§ WHAT IS REQUIRED:
Your answer should consist of each line below that includes the word "IFCDIRECTION".

§ SOURCE DATA:
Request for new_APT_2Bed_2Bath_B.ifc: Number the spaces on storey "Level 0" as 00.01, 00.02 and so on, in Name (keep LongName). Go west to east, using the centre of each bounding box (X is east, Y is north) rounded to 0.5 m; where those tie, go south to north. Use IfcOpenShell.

First a look at what the model holds.

```python
import ifcopenshell
import ifcopenshell.util.element
import ifcopenshell.util.placement

model = ifcopenshell.open("new_APT_2Bed_2Bath_B.ifc")
print(model.schema)
storey = next(s for s in model.by_type("IfcBuildingStorey") if s.Name == "Level 0")
spaces = [e for e in ifcopenshell.util.element.get_decomposition(storey) if e.is_a("IfcSpace")]
for e in sorted(spaces, key=lambda e: e.id()):
    origin = ifcopenshell.util.placement.get_local_placement(e.ObjectPlacement)[:3, 3]
    print(e.id(), e.Name, e.LongName, origin.round(2) + 0.0, sep=" | ")
```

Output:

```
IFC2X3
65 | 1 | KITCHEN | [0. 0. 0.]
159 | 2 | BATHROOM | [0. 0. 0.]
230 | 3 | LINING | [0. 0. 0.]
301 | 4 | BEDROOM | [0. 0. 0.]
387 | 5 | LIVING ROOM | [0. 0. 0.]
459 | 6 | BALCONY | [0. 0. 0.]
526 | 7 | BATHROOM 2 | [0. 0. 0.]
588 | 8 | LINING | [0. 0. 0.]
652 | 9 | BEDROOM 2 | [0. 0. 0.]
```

```python
import ifcopenshell
import ifcopenshell.geom
import ifcopenshell.util.element
import ifcopenshell.util.shape

model = ifcopenshell.open("new_APT_2Bed_2Bath_B.ifc")
settings = ifcopenshell.geom.settings()
settings.set("use-world-coords", True)


def centre(element):
    shape = ifcopenshell.geom.create_shape(settings, element)
    return ifcopenshell.util.shape.get_bbox_centroid(shape.geometry)


storey = next(s for s in model.by_type("IfcBuildingStorey") if s.Name == "Level 0")
spaces = [e for e in ifcopenshell.util.element.get_decomposition(storey) if e.is_a("IfcSpace")]

# Insertion points can sit at a corner or the storey origin, so sort by the geometry (in metres).
centres = {e: centre(e) for e in spaces}
spaces.sort(key=lambda e: (round(centres[e][0] / 0.5), centres[e][1]))

for i, e in enumerate(spaces, start=1):
    number = f"00.{i:02d}"
    e.Name = number
    print(e.id(), number)

model.write("new_APT_2Bed_2Bath_B_rev.ifc")
```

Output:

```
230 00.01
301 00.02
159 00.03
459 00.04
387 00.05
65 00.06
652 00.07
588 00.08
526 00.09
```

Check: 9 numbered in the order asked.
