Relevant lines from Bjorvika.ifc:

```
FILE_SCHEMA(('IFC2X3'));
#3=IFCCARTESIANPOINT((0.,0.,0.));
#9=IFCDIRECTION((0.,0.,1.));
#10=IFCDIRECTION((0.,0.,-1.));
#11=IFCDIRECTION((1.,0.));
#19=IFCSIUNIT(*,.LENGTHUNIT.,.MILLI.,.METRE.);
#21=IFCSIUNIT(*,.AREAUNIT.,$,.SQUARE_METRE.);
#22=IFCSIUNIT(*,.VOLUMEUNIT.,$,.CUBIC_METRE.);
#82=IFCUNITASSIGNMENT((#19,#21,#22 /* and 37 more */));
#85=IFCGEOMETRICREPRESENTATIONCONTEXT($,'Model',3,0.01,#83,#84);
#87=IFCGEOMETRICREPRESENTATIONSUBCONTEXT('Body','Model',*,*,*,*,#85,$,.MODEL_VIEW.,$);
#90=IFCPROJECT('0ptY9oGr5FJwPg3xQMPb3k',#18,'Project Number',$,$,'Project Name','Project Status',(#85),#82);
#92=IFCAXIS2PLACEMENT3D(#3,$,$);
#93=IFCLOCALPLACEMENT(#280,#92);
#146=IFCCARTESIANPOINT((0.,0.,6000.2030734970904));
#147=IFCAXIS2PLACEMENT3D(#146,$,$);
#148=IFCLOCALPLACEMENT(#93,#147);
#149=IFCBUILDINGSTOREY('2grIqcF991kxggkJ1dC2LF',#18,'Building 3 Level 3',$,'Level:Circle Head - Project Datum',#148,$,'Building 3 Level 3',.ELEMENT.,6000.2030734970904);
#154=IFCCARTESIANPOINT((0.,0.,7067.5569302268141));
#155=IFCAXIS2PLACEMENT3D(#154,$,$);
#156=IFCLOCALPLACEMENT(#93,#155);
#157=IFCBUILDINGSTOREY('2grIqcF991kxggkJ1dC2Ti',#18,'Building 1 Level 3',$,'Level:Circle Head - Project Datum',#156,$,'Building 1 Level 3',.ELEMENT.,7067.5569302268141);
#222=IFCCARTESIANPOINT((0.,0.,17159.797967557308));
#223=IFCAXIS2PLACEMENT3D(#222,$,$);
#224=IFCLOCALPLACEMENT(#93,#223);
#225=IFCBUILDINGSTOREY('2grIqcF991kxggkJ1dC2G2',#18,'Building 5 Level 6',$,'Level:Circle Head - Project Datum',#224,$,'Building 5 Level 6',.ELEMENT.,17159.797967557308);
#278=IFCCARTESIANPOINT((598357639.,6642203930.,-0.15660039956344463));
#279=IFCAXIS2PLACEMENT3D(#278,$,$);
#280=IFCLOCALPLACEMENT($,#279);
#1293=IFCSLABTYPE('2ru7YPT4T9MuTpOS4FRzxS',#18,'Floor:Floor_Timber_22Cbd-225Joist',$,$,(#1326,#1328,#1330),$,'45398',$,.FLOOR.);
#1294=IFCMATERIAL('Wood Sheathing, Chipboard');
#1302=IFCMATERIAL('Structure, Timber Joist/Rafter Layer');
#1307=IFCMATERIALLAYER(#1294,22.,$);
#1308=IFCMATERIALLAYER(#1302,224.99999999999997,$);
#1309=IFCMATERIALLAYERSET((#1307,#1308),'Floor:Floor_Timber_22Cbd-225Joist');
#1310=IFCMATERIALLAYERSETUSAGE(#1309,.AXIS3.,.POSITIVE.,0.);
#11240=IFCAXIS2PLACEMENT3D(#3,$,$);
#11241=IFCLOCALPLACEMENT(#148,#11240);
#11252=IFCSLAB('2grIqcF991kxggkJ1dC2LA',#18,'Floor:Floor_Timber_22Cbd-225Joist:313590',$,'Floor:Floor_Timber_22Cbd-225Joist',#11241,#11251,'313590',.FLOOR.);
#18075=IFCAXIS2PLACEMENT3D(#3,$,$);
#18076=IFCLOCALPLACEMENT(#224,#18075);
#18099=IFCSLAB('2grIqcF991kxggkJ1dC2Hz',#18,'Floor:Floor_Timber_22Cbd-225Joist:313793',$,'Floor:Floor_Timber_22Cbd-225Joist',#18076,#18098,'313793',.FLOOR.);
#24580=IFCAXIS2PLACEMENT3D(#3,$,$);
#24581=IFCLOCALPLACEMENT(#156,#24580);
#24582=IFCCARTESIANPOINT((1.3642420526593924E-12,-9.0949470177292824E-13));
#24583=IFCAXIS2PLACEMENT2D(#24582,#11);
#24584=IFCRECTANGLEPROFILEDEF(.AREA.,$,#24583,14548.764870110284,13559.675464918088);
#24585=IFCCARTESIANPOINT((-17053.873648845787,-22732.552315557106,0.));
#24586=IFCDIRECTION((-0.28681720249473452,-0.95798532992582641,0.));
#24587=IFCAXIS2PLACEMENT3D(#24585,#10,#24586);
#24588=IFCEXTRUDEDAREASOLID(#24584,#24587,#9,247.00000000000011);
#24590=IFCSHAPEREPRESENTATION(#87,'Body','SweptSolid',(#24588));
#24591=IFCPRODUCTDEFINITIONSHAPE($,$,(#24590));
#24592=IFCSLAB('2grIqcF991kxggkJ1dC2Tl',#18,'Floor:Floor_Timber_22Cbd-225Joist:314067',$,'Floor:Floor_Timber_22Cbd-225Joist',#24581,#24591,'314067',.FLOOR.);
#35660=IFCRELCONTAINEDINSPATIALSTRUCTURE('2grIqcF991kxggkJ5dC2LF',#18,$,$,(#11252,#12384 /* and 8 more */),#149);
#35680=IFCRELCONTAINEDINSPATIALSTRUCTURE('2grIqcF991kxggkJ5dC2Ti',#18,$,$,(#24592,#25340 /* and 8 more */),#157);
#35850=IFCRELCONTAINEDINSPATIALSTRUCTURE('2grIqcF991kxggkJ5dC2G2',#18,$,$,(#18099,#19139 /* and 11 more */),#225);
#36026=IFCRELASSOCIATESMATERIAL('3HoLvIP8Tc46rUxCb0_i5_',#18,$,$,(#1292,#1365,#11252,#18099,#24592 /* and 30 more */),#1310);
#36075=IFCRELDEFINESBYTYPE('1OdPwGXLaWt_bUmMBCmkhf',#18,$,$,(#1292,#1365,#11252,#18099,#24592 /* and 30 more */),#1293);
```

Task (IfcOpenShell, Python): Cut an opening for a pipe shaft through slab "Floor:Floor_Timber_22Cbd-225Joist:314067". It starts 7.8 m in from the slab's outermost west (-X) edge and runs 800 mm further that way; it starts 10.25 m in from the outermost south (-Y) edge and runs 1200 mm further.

```python
import numpy as np
import ifcopenshell
import ifcopenshell.api.feature
import ifcopenshell.api.geometry
import ifcopenshell.api.root
import ifcopenshell.geom
import ifcopenshell.util.placement
import ifcopenshell.util.representation
import ifcopenshell.util.shape
import ifcopenshell.util.unit

model = ifcopenshell.open("Bjorvika.ifc")
unit_scale = ifcopenshell.util.unit.calculate_unit_scale(model)
settings = ifcopenshell.geom.settings()


def volume(element):
    """Net volume in cubic metres, openings subtracted."""
    shape = ifcopenshell.geom.create_shape(settings, element)
    return ifcopenshell.util.shape.get_volume(shape.geometry)


slab = model.by_id(24592)
before = volume(slab)

# Extent in the slab's own axes, in metres. The edges named are its -X and -Y sides.
slab_shape = ifcopenshell.geom.create_shape(settings, slab)
vertices = ifcopenshell.util.shape.get_vertices(slab_shape.geometry)
x_min, y_min, bottom = vertices.min(axis=0)
top = vertices[:, 2].max()

opening = ifcopenshell.api.root.create_entity(model, ifc_class="IfcOpeningElement", name="Pipe shaft opening")
context = ifcopenshell.util.representation.get_context(model, "Model", "Body", "MODEL_VIEW")
width, depth = 0.8, 1.2
outline = [(0.0, 0.0), (width, 0.0), (width, depth), (0.0, depth), (0.0, 0.0)]
# Overshoot both faces by 50 mm so the cut is clean.
shape = ifcopenshell.api.geometry.add_slab_representation(
    model, context=context, depth=top - bottom + 0.1, polyline=outline
)
ifcopenshell.api.geometry.assign_representation(model, product=opening, representation=shape)

matrix = ifcopenshell.util.placement.get_local_placement(slab.ObjectPlacement)
matrix[:, 3] = matrix @ np.append(np.array([x_min + 7.8, y_min + 10.25, bottom - 0.05]) / unit_scale, 1.0)
ifcopenshell.api.geometry.edit_object_placement(model, product=opening, matrix=matrix, is_si=False)
ifcopenshell.api.feature.add_feature(model, feature=opening, element=slab)

after = volume(slab)

print(f"slab volume {before:.3f} -> {after:.3f} m3")

model.write("Bjorvika_v2.ifc")
```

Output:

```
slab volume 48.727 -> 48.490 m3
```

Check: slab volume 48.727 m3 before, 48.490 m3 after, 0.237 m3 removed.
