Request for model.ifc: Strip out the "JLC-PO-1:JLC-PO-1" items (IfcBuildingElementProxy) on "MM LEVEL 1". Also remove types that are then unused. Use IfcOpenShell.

First a look at what the model holds.

```python
import ifcopenshell
import ifcopenshell.util.element

model = ifcopenshell.open("model.ifc")
print(model.schema)
storey = next(s for s in model.by_type("IfcBuildingStorey") if s.Name == "MM LEVEL 1")
proxies = [e for e in ifcopenshell.util.element.get_decomposition(storey) if e.is_a("IfcBuildingElementProxy")]
seen = {}
for e in proxies:
    element_type = ifcopenshell.util.element.get_type(e)
    name = element_type.Name if element_type not in (None, e) else None
    seen[name] = seen.get(name, 0) + 1
for name, count in sorted(seen.items(), key=str):
    print(count, "x", name)
```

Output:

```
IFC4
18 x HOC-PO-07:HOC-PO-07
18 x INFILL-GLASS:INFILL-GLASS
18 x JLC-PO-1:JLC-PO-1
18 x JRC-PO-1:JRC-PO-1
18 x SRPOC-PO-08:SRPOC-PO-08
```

```python
import ifcopenshell
import ifcopenshell.api.root
import ifcopenshell.util.element

model = ifcopenshell.open("model.ifc")

storey = next(s for s in model.by_type("IfcBuildingStorey") if s.Name == "MM LEVEL 1")
proxies = [e for e in ifcopenshell.util.element.get_decomposition(storey) if e.is_a("IfcBuildingElementProxy")]
targets = [e for e in proxies if (t := ifcopenshell.util.element.get_type(e)) not in (None, e) and t.Name == "JLC-PO-1:JLC-PO-1"]
types = {ifcopenshell.util.element.get_type(e) for e in targets} - {None, *targets}

for e in targets:
    ifcopenshell.api.root.remove_product(model, product=e)
print(len(targets), "removed")

unused = [t for t in types if not ifcopenshell.util.element.get_types(t)]
for t in unused:
    ifcopenshell.api.root.remove_product(model, product=t)
print(len(unused), "unused types removed")

model.write("model_rev.ifc")
```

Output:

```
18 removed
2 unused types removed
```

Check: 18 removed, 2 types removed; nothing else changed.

§ EXPECTED ANSWER:
#9=IFCDIRECTION((0.,0.,1.));
#10=IFCDIRECTION((0.,0.,-1.));
#11=IFCDIRECTION((1.,0.));
#24586=IFCDIRECTION((-0.28681720249473452,-0.95798532992582641,0.));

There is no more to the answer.